Given the current inventory levels and the increase in crude exports by the US, hedging strategies should be evaluated to mitigate price volatility. The negative news sentiment regarding demand, particularly from Iran, may further complicate the market landscape, suggesting a need for cautious operational adjustments.
Consumers should prepare for potential fluctuations in input costs, particularly with WTI trading at $57.87/b and Brent at $61.63/b. The bearish sentiment in the market indicates that procurement strategies may need to be agile to navigate price changes effectively.
Additionally, with geopolitical tensions easing, supply reliability may improve, but the increase in global oil demand is still uncertain.
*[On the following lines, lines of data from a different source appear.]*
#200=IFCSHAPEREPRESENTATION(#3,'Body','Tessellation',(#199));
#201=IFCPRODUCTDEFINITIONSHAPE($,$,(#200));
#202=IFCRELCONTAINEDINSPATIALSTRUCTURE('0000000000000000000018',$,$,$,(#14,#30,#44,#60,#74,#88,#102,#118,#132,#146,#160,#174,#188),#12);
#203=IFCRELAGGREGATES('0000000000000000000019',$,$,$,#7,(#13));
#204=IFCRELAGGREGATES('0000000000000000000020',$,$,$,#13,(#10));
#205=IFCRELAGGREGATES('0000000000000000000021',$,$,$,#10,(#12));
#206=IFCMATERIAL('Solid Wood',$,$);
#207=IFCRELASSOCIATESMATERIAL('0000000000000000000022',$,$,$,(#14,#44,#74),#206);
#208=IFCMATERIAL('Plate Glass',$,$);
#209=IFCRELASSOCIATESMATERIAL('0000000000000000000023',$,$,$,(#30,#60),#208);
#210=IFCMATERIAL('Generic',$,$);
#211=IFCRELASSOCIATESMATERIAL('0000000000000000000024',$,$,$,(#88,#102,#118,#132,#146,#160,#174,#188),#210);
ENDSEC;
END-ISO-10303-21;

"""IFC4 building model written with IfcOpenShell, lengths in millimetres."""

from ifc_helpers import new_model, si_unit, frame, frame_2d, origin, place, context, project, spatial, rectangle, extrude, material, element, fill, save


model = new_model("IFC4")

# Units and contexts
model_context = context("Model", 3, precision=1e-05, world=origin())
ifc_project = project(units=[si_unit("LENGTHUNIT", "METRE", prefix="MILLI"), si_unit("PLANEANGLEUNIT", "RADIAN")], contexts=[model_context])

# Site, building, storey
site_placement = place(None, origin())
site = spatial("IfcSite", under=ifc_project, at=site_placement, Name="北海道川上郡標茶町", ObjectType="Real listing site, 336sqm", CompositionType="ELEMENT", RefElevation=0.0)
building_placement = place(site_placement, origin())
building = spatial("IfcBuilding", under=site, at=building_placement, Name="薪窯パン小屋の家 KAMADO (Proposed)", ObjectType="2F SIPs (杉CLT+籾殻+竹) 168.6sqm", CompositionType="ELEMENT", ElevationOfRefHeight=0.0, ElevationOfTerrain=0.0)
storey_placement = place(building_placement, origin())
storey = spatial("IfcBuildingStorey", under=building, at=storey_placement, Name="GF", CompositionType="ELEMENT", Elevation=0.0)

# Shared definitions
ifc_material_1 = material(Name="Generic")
Consumers should monitor inventory levels closely, as the rise in OECD commercial stocks could signal upcoming price adjustments.
The Crude Oil market is currently influenced by several key factors: a bearish sentiment driven by geopolitical developments, slowing demand forecasts, and a slight increase in supply from non-DoC countries. The balance of demand and supply remains delicate, with demand growth at 1.4 mb/d for 2026.
Analysts should focus on the evolving Brent-WTI spread, which reflects the shifting dynamics of global versus U.S. supply and demand. The sentiment surrounding demand, particularly with negative reports from Iran, suggests potential downward pressure on prices, warranting close monitoring of market trends and positioning shifts.